A new Gerstlauer Infinity coaster will be unveiled at next month’s IAAPA Expo — but its home is, for now, a mystery.
According to a press release from installer Ride Entertainment, Gerstlauer “has signed an agreement to manufacture a one-of-a-kind Infinity roller coaster for a soon-to-be-named customer in the United States.” The new coaster will open in late 2022.
“I am constantly amazed at how the team at Gerstlauer conquers unique challenges thrown their way,” Ed Hiller, CEO and founder of Ride Entertainment, said in a press release. “This new Infinity coaster will have guests racing to it in order to be the first to ride as it is being installed at a high-profile location.”
Gerstlauer already announced one new U.S. coaster for 2022: Defiance, a custom Eurofighter model coming to Glenwood Caverns Adventure Park in Colorado.

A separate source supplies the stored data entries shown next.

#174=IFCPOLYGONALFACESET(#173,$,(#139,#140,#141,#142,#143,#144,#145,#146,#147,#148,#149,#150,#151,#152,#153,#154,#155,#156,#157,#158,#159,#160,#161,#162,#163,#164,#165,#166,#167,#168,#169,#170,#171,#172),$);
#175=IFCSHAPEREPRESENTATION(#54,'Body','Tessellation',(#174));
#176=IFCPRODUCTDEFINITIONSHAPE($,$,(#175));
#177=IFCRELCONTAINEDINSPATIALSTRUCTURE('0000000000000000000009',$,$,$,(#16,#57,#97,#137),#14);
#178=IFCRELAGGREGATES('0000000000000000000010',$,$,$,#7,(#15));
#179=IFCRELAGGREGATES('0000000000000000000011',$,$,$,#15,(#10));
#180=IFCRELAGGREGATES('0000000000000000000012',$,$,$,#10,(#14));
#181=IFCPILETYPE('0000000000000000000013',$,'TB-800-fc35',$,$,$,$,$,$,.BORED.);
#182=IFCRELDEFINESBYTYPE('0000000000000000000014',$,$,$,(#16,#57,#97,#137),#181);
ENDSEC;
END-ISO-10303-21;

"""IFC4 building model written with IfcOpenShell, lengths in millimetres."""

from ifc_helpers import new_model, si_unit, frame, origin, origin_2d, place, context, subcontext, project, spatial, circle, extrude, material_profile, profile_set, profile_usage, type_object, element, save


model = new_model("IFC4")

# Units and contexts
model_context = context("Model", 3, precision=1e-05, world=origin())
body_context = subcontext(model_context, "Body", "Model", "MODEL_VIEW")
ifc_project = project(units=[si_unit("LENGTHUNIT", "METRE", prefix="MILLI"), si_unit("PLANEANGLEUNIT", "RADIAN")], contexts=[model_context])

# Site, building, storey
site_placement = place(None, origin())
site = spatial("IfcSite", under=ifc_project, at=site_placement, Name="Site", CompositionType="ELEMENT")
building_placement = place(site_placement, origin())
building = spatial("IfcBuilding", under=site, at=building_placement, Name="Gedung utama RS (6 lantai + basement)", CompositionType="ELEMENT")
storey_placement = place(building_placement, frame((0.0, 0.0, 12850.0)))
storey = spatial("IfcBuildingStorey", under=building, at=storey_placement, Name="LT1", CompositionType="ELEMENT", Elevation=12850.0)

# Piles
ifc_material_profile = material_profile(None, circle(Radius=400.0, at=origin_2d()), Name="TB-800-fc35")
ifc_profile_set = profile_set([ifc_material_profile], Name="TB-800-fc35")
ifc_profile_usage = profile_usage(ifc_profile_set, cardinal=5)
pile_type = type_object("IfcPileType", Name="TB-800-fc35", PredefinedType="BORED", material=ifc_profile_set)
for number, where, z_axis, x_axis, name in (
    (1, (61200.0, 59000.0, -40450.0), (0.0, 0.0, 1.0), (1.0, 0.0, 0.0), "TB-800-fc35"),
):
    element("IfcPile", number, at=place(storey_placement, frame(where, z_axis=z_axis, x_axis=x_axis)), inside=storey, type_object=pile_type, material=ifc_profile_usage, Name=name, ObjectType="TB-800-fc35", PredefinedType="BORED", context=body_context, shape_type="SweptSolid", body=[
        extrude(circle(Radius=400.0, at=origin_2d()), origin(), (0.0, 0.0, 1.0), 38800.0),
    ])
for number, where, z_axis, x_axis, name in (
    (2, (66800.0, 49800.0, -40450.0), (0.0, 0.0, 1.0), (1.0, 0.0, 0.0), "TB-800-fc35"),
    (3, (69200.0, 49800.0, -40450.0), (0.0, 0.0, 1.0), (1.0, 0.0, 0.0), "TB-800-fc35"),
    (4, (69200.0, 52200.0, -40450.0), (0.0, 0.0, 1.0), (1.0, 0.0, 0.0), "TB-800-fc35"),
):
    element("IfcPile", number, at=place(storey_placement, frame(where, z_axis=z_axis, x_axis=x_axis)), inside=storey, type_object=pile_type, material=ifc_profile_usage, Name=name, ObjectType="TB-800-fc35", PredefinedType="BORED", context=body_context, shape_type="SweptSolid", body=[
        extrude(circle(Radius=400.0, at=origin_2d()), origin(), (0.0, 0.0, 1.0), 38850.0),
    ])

The mystery Infinity coaster will be the third of that Gerstlauer model built in the U.S., after HangTime at Knott’s Berry Farm and Monster at Adventureland in Iowa.

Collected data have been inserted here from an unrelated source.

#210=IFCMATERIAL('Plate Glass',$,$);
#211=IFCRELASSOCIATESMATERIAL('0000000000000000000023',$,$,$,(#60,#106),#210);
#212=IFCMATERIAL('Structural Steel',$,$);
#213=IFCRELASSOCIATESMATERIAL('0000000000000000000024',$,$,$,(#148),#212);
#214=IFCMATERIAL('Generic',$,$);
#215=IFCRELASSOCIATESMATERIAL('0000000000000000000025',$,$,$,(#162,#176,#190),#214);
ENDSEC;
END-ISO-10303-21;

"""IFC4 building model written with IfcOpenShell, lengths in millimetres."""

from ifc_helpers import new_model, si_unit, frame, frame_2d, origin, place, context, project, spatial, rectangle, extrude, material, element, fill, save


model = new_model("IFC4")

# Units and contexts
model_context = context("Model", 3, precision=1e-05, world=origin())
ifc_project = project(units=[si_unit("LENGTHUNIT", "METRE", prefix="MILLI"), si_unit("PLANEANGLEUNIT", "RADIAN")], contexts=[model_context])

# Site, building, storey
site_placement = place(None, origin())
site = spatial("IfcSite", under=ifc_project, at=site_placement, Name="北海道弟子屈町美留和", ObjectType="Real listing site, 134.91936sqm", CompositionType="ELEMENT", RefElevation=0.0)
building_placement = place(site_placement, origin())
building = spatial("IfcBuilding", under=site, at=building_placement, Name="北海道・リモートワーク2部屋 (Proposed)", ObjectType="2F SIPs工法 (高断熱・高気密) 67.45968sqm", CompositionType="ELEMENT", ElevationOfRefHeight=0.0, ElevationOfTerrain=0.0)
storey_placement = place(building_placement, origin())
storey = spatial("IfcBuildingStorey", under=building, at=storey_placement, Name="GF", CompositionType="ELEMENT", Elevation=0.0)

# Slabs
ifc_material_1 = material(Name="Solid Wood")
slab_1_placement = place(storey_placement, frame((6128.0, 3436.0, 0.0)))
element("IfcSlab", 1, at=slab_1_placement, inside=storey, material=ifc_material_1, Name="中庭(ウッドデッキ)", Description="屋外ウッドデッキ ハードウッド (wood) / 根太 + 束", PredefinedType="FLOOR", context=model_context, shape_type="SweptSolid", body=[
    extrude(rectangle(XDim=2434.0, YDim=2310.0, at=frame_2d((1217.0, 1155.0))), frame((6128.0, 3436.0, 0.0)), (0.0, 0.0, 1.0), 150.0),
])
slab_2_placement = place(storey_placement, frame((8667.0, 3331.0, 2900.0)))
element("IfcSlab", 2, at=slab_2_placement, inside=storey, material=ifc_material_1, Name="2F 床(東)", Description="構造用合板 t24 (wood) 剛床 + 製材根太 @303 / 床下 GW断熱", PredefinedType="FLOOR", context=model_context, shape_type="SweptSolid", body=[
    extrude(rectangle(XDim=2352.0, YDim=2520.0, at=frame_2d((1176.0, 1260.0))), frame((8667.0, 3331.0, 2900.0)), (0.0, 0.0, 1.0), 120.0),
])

IAAPA Expo will be held Nov. 16-19 in Orlando, with Theme Park Tribune providing in-depth coverage.
Disneyland increases ticket, parking prices
After a pandemic-induced break from hiking ticket prices, Disneyland Resort raised prices Monday on most theme park tickets from between 3 percent to 8 percent.

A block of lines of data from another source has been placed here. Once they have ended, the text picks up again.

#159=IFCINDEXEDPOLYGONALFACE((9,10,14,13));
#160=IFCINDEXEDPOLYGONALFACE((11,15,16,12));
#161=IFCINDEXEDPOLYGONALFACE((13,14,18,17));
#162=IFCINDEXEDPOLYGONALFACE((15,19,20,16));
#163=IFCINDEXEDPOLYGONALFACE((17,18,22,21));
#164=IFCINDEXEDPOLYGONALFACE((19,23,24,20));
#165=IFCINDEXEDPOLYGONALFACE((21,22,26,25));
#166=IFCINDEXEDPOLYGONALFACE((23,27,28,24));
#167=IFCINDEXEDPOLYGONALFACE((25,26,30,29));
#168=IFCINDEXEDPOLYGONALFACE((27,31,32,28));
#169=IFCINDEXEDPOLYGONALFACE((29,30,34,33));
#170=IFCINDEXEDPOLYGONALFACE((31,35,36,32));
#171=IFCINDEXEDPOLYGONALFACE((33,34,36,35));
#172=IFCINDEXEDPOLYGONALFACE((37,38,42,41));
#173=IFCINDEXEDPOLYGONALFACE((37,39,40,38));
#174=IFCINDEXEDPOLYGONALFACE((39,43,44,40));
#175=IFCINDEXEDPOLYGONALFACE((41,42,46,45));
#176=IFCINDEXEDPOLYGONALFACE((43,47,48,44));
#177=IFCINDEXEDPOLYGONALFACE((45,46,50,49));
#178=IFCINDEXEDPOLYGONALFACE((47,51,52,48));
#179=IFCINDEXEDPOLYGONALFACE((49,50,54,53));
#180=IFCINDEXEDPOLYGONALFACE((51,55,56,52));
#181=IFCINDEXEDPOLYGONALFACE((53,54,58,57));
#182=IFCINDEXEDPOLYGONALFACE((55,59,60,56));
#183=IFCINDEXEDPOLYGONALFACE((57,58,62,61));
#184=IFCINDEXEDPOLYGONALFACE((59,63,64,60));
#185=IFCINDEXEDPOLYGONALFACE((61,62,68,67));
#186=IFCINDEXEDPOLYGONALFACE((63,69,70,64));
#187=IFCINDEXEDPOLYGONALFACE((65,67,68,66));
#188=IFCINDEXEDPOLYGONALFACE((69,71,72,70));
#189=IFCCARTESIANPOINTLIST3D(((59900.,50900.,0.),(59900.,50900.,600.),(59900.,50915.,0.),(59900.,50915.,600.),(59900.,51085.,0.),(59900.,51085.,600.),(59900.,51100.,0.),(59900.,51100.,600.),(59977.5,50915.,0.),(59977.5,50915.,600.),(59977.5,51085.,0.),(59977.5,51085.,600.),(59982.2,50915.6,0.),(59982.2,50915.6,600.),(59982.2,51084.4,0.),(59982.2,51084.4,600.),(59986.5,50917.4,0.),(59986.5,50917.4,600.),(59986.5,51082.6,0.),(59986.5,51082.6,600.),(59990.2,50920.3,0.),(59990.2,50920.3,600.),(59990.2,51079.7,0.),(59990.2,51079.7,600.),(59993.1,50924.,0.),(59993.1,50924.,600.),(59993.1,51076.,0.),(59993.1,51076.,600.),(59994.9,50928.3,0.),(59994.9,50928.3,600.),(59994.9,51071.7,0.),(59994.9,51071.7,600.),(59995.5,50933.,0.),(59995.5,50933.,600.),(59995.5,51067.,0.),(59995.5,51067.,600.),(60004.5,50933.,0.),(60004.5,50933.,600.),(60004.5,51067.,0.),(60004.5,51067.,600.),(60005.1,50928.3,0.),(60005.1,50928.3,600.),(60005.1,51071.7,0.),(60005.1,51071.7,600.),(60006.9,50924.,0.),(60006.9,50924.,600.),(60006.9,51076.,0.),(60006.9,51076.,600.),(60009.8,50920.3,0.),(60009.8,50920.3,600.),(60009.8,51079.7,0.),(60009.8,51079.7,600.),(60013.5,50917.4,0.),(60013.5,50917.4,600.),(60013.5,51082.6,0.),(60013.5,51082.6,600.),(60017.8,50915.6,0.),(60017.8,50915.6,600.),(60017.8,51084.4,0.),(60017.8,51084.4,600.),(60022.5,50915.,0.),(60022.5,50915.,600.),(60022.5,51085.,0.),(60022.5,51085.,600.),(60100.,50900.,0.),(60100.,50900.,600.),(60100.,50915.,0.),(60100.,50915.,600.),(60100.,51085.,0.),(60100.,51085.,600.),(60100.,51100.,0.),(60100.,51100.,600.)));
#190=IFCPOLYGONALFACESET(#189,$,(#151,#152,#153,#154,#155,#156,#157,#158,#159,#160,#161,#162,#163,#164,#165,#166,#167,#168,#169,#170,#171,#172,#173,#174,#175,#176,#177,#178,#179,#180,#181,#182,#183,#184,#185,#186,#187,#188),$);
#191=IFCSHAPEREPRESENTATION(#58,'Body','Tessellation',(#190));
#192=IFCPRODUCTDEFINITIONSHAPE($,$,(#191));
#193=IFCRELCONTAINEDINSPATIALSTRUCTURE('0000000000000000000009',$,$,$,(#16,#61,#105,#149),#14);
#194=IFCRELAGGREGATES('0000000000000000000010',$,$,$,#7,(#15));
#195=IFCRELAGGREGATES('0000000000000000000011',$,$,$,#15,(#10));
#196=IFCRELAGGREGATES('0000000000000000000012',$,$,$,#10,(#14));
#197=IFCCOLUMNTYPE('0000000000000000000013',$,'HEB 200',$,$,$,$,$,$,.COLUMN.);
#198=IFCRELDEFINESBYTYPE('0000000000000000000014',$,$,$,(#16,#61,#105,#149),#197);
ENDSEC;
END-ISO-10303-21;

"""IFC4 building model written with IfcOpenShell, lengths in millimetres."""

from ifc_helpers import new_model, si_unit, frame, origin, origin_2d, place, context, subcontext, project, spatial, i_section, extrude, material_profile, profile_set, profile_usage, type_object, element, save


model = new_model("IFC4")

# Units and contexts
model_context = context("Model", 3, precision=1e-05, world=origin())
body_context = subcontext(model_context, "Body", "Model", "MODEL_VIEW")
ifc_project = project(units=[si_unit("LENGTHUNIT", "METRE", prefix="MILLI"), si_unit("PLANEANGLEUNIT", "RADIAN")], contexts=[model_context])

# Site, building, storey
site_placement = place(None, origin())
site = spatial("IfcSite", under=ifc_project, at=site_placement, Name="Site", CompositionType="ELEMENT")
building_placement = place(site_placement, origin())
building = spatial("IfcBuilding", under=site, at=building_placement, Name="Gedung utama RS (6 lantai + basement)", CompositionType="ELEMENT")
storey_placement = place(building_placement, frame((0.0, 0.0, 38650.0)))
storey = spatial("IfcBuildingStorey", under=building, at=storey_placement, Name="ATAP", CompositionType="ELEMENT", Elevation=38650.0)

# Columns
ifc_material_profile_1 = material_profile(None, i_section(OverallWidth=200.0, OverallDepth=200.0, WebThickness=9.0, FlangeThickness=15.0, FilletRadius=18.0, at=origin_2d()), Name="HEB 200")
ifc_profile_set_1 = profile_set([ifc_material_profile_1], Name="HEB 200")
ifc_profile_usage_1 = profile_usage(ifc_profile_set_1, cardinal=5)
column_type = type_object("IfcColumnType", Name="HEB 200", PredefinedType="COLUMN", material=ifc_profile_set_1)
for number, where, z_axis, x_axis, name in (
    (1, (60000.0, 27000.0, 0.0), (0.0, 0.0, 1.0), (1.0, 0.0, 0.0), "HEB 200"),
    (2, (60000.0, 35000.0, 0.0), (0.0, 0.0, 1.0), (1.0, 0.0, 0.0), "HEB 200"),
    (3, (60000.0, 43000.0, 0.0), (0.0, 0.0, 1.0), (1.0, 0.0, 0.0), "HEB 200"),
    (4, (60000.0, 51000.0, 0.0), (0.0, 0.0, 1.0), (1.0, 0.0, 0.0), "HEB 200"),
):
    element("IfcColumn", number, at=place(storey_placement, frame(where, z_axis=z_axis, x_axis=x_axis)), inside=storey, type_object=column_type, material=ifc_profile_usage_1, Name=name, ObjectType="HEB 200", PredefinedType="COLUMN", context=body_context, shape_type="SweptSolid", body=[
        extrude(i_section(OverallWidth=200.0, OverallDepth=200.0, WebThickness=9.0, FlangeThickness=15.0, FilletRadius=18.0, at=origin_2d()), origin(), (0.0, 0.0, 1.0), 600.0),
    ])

The lowest-priced Tier 1 days, mostly made up of Tuesdays and Wednesdays in slower seasons, remain unchanged at $104 for a single park. Other tiers went up by between $5 and $10 for a single-day ticket, and $10 and $15 for a 1-day park hopper. Disney also added a new, sixth tier for the busiest days of the year, when a one-day, one-park ticket will cost $164.
By comparison, a single-day ticket to Disneyland in 2000 cost $41, which would be $62 today when adjusted for inflation.
Multi-day tickets saw prices jump by $20 for one-park per day tickets, and $25 for park hoppers. Disney also mark its highest-tier annual pass, the Magic Key, as “sold out.”
The largest price hike in terms of percentage affects parking rates. Daily parking rates for the theme parks will jump from $25 to $30, while self parking at the three on-site Disney hotels is being raised from $25 to $40, a 60 percent hike.
Disneyland to bring back parking lot trams in 2022
The good news is that after you pay more for parking at Disneyland, you won’t have to walk all the way to the park entrance.
The Orange County Register was the first to report that parking lot trams to the Mickey & Friends and Pixar Pals parking structures will return early next year.
Since Disneyland reopened early this year, guests have been forced to make the nearly mile-long walk to the park entrances along the tram route. Initially, this was justified as necessary for physical distancing, but has continued purely as a cost-cutting measure.
There have been no Disney World parking trams since the pandemic began, and no official word on when they may return.